■ **TASK INSTRUCTIONS**
State only how many lines below include the string "IFCEXTRUDEDAREASOLID".

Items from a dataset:
┌────────
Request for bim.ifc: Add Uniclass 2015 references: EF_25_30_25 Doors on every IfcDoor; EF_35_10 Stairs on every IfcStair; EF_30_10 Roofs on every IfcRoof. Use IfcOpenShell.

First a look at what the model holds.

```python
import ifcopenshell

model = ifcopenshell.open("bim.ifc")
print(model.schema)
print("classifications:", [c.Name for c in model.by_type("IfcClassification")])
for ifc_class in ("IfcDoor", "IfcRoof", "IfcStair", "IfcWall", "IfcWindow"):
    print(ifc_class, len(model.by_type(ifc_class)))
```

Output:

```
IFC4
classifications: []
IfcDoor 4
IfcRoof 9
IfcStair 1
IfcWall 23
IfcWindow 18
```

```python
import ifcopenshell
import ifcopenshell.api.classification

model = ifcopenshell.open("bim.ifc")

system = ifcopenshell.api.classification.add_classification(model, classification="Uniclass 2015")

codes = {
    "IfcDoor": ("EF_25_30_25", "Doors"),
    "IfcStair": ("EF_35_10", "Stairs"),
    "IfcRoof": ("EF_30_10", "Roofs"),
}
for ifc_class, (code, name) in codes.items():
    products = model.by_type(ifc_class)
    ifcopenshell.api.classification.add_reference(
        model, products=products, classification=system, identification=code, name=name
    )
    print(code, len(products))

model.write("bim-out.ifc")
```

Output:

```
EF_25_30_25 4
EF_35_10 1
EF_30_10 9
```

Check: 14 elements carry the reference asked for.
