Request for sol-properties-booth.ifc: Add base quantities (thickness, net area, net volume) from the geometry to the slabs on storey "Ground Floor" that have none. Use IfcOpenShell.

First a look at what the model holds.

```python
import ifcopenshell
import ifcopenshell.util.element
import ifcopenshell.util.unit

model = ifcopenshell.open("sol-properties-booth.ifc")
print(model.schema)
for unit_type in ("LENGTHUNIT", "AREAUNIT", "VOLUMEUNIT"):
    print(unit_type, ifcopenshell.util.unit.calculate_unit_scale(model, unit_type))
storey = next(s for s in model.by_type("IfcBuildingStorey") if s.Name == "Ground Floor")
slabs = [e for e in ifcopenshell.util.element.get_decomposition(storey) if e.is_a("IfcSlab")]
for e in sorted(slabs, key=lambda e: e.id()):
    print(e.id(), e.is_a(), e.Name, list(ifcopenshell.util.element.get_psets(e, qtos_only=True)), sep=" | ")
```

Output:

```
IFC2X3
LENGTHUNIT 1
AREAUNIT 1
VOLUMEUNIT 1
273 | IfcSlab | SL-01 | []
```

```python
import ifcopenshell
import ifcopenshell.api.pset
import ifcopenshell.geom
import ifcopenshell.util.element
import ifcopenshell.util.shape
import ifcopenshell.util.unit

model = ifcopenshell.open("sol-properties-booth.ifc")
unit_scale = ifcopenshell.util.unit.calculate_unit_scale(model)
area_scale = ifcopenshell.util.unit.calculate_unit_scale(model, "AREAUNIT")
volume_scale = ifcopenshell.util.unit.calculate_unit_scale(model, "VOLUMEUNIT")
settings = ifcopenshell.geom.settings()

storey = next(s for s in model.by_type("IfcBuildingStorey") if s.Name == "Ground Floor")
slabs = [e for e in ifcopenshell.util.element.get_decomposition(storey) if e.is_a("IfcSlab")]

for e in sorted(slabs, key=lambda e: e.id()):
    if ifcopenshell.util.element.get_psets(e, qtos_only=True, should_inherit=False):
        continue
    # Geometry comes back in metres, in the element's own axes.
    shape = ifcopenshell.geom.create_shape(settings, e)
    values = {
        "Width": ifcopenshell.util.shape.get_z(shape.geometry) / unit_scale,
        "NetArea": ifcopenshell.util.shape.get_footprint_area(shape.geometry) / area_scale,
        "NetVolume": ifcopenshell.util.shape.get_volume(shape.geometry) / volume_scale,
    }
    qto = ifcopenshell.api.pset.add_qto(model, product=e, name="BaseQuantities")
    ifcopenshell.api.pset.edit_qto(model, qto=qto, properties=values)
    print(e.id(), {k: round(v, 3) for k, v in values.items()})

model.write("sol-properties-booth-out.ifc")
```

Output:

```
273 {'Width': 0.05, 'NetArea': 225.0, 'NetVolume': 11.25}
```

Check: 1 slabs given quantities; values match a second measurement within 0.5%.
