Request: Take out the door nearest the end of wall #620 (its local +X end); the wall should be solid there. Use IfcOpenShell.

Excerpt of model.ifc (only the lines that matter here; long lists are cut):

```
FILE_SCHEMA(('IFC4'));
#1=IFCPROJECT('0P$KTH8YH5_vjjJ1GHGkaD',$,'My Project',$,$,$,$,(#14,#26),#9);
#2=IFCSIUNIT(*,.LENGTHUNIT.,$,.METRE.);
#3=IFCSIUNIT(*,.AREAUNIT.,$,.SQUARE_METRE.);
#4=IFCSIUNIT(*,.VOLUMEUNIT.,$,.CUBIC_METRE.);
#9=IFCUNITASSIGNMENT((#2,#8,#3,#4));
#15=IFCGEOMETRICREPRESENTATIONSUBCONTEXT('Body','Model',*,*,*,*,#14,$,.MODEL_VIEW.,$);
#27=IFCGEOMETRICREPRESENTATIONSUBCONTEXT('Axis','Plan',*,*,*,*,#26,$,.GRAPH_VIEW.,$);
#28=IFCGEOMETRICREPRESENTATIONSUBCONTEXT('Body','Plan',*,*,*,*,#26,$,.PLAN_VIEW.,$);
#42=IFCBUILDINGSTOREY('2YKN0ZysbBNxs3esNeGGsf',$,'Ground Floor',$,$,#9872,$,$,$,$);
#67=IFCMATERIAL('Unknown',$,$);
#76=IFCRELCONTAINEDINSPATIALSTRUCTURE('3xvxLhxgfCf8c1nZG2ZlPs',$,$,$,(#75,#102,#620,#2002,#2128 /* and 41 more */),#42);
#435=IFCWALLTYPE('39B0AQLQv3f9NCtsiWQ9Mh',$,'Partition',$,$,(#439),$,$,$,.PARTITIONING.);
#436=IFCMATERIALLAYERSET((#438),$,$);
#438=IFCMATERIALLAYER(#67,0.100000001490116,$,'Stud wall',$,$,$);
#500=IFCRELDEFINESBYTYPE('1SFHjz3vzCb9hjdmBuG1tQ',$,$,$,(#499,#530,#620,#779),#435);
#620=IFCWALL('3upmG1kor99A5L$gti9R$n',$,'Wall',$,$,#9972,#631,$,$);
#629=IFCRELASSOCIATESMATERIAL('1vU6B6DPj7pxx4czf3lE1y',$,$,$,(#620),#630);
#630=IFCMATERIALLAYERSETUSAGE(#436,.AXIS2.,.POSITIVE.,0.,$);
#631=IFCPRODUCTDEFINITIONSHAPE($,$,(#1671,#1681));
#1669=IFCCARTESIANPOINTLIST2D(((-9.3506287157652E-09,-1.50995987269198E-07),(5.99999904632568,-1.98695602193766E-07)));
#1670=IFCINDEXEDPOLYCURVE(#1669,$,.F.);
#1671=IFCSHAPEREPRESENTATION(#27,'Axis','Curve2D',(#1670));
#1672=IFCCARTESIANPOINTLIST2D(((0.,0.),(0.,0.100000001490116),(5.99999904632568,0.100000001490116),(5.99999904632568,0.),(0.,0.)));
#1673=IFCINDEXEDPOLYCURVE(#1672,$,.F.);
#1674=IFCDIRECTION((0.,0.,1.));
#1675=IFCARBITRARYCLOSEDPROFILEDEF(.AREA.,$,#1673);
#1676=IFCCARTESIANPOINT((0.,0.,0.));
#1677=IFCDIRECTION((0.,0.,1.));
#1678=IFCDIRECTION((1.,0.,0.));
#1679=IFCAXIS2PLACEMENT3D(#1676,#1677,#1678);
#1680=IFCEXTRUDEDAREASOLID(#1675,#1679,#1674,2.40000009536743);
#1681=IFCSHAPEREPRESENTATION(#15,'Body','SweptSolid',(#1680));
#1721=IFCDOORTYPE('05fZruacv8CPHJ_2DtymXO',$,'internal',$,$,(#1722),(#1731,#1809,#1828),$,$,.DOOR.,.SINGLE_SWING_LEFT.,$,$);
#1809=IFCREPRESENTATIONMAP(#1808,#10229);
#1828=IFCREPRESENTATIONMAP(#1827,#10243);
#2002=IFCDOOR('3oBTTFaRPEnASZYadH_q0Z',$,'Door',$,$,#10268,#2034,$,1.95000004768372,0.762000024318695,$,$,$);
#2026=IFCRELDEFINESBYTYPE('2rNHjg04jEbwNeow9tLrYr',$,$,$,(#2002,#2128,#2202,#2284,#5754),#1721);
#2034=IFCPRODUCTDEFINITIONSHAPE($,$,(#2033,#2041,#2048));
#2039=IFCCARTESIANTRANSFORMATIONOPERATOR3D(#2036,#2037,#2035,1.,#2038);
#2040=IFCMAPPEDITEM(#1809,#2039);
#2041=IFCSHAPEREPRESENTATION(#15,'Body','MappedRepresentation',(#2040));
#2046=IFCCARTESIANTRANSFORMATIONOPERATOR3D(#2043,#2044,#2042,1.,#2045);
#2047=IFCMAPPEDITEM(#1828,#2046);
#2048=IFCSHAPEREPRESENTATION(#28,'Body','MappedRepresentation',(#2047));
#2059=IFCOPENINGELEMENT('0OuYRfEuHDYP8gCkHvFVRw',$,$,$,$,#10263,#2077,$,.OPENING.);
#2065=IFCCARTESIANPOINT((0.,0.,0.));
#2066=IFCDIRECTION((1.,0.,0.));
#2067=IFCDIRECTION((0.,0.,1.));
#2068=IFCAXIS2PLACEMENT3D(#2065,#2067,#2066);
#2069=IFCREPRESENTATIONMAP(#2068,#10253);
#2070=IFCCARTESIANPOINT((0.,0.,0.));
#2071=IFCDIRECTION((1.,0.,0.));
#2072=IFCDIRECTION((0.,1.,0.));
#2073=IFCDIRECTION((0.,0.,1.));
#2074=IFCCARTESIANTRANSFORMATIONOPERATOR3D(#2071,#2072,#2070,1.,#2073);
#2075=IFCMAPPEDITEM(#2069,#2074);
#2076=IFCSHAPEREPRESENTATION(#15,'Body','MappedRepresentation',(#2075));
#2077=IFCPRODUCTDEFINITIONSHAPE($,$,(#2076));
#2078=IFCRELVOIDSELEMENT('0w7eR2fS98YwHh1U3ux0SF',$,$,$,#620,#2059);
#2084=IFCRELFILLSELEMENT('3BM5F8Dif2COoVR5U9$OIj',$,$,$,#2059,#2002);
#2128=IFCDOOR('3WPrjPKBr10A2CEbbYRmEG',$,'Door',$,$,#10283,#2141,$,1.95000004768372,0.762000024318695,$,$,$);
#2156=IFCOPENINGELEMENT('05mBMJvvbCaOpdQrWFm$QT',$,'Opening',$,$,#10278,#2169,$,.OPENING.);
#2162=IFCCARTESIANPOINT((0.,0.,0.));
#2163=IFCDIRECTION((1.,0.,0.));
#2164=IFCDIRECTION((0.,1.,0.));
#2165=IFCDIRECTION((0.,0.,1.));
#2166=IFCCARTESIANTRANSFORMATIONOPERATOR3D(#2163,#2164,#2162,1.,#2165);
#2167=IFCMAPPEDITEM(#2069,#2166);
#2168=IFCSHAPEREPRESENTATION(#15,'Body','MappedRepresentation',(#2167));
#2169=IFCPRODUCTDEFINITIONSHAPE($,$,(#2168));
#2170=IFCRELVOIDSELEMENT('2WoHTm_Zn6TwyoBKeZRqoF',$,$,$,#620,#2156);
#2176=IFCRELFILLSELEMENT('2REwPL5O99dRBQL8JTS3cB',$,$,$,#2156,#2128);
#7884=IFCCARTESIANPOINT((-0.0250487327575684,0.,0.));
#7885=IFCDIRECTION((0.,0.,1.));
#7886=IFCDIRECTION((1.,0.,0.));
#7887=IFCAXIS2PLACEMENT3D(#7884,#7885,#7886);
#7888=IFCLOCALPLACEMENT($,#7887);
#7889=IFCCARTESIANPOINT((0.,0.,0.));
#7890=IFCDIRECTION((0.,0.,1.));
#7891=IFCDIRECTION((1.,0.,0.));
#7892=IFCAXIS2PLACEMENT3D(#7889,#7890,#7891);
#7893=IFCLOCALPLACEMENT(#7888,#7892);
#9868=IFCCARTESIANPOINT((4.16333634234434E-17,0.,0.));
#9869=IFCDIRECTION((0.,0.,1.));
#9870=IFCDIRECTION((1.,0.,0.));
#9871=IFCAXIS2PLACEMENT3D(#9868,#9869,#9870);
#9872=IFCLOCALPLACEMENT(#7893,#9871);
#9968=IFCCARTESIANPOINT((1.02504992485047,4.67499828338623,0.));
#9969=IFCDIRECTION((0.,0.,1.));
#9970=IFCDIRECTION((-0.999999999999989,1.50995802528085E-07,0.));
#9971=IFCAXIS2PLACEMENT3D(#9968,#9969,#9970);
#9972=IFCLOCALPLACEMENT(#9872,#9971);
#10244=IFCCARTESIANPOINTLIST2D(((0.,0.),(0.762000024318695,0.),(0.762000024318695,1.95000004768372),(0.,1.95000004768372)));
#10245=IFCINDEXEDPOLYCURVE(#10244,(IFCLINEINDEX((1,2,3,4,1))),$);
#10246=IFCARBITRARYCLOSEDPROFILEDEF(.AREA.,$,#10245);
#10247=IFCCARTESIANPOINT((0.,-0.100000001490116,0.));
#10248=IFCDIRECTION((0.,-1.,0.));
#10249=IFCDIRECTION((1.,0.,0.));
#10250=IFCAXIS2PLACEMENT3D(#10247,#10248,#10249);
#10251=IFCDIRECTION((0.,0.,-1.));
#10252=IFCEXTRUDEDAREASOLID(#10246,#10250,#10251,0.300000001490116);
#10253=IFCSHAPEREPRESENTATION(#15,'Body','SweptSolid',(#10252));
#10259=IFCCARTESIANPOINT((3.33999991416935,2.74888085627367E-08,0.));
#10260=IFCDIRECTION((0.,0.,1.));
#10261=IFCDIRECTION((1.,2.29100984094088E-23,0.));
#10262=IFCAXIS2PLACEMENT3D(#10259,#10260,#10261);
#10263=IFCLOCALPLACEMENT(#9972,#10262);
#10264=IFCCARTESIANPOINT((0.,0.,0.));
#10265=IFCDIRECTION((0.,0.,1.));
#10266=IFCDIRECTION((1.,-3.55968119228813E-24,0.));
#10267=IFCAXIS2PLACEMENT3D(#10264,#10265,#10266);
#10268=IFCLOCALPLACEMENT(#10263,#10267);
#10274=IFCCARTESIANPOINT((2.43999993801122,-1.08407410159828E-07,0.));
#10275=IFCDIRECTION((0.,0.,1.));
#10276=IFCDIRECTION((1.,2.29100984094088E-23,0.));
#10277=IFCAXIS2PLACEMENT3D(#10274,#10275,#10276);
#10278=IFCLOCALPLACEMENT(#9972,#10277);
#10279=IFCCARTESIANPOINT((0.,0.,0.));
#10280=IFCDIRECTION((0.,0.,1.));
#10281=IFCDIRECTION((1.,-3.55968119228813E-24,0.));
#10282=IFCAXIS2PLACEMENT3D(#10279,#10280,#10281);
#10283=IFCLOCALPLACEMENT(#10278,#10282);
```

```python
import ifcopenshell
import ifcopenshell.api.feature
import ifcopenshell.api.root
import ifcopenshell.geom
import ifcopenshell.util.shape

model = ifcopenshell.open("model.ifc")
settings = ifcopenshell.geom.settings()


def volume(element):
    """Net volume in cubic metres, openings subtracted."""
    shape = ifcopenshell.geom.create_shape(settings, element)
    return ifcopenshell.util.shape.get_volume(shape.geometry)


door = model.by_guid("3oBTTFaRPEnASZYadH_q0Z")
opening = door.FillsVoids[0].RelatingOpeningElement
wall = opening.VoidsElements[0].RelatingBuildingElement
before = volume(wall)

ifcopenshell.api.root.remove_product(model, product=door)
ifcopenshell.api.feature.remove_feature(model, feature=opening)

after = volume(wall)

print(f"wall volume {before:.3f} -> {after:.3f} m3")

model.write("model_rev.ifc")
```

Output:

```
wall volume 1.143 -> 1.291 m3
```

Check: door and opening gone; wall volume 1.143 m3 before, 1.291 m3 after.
└────────
■ **RESULT BELOW**
2